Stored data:

● ● ● ●

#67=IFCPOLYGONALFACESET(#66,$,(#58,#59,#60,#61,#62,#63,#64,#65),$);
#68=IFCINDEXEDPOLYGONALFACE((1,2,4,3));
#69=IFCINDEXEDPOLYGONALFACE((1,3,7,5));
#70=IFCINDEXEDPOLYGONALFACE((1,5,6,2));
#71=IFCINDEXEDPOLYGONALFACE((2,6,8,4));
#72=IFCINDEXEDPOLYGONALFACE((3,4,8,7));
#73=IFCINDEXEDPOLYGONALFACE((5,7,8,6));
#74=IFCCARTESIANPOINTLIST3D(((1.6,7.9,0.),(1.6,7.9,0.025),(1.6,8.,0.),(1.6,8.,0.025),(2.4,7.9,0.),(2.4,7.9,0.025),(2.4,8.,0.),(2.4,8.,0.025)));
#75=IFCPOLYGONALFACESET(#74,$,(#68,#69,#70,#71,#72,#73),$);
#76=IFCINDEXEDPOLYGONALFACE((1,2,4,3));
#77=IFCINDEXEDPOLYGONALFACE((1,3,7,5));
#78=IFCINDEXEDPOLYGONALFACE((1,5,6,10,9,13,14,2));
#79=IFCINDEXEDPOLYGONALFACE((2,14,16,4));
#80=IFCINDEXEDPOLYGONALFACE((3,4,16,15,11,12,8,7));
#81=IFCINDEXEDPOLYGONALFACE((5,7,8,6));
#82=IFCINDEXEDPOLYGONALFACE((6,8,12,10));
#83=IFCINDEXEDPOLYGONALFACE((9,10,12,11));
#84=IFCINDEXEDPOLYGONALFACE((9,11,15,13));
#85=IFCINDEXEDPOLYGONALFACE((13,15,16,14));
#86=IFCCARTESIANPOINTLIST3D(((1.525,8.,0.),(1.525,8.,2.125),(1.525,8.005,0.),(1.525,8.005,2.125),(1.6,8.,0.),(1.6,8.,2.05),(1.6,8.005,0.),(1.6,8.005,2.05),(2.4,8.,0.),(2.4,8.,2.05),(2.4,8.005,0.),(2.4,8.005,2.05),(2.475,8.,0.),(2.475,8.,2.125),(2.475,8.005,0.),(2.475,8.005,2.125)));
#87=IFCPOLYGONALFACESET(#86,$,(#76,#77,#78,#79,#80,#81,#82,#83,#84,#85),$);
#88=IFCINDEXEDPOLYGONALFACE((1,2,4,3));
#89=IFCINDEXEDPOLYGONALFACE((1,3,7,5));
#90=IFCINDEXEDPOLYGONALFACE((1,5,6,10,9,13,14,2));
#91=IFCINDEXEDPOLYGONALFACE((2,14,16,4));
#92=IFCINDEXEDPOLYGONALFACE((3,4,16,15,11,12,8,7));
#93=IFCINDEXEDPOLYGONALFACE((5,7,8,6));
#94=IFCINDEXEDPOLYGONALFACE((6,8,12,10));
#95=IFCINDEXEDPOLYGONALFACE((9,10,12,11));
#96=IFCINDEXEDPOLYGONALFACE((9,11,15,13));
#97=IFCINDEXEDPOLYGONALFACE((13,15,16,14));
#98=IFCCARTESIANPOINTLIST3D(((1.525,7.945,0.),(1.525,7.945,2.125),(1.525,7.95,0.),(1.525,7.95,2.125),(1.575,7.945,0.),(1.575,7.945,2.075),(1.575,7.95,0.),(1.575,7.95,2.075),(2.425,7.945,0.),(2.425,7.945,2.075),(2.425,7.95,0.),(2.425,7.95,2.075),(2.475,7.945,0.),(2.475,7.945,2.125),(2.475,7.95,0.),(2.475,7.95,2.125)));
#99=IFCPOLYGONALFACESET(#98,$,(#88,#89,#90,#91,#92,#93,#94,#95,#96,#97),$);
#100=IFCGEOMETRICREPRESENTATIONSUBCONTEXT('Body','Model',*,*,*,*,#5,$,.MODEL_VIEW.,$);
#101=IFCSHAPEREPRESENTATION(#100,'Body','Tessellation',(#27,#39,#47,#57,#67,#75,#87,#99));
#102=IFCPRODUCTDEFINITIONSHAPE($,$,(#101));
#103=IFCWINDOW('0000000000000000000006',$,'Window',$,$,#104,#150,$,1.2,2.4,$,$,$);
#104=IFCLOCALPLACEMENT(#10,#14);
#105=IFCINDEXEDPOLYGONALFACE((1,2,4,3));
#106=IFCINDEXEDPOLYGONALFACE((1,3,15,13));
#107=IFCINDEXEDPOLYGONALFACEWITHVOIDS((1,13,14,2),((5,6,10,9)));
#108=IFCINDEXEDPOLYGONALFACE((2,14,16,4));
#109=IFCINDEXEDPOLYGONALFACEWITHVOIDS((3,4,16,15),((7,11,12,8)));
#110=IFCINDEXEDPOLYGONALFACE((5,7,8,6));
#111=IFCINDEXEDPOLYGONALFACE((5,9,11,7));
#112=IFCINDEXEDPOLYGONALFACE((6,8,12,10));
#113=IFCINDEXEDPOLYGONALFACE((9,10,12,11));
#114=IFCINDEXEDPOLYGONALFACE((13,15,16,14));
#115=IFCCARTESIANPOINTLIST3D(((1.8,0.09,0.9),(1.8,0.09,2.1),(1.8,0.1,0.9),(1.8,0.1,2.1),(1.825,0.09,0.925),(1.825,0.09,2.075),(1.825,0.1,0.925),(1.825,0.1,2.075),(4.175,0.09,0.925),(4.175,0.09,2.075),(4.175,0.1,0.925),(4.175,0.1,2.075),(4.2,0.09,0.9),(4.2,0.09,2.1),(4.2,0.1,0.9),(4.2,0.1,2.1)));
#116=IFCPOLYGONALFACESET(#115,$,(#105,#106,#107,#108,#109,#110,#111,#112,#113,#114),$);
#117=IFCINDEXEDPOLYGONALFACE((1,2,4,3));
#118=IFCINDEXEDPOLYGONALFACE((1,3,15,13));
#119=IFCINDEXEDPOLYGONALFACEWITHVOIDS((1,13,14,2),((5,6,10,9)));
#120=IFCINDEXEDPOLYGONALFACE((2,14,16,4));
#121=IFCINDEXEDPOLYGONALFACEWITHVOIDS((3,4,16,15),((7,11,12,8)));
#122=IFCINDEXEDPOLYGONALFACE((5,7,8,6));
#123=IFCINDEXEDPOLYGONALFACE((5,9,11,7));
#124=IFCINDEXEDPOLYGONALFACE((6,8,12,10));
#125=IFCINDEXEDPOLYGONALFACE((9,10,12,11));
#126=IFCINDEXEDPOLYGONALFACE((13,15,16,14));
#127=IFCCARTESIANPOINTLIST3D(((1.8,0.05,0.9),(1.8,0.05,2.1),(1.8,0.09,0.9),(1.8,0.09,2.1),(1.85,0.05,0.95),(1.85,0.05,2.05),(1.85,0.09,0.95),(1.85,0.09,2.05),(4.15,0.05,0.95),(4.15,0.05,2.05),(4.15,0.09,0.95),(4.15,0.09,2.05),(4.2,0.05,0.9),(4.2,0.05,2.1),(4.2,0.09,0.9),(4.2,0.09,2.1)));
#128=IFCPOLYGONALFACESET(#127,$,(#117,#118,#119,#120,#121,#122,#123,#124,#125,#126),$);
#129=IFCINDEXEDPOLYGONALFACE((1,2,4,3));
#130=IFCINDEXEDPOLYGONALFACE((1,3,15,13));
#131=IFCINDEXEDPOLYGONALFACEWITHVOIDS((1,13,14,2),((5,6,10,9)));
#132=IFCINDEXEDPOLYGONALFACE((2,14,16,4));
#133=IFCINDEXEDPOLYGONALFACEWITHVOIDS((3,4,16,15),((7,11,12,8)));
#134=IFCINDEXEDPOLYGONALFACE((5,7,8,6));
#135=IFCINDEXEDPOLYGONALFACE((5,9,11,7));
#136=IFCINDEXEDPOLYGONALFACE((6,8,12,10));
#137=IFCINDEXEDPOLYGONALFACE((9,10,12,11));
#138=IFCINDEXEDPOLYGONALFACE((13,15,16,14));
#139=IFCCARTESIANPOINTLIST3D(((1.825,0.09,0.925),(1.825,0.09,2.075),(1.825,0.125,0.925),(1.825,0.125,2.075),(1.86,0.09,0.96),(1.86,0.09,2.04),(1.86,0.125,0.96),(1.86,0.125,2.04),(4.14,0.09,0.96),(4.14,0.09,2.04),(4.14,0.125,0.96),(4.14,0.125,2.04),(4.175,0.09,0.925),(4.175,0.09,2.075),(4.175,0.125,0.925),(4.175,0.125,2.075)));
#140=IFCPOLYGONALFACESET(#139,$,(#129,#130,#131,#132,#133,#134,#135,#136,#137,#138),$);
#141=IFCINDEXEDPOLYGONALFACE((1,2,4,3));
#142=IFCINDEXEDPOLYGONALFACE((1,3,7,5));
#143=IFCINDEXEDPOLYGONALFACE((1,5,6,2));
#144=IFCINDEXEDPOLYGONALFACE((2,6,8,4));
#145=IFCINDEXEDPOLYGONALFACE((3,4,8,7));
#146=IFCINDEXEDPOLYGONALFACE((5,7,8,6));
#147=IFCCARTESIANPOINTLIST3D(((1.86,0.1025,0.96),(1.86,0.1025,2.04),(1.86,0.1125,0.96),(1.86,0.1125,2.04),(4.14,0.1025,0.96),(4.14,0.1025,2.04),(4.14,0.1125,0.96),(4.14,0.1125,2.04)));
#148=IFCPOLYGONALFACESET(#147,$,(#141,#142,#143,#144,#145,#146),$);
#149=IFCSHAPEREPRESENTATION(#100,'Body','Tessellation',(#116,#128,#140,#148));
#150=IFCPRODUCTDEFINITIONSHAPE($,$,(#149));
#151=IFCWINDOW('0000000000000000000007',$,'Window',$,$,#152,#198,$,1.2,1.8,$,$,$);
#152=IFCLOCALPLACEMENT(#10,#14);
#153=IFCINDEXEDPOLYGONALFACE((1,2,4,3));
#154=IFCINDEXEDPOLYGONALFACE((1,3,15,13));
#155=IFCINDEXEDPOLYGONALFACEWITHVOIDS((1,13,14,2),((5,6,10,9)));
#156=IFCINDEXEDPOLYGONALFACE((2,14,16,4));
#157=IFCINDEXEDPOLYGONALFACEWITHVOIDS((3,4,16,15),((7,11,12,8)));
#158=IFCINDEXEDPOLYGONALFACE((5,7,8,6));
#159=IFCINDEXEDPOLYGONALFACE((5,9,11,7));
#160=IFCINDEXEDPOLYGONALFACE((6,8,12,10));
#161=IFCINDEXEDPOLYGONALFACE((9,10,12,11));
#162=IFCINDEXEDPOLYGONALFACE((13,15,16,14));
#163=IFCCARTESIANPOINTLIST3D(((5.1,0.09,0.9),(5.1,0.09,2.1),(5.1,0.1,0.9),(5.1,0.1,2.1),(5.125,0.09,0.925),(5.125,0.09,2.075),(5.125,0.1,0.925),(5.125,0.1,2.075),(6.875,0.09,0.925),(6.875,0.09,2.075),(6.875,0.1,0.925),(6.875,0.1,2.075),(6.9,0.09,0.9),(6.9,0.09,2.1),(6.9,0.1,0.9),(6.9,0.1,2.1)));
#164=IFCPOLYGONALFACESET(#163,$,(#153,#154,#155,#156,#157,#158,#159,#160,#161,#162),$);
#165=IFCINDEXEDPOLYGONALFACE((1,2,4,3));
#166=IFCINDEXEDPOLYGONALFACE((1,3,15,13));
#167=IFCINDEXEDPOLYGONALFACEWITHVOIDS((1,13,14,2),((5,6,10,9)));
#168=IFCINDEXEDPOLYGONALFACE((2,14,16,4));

● ● ● ●

PROBLEM
Write only the number of lines in the data above that include "Tessellation".

ANSWER FOR THE TASK
2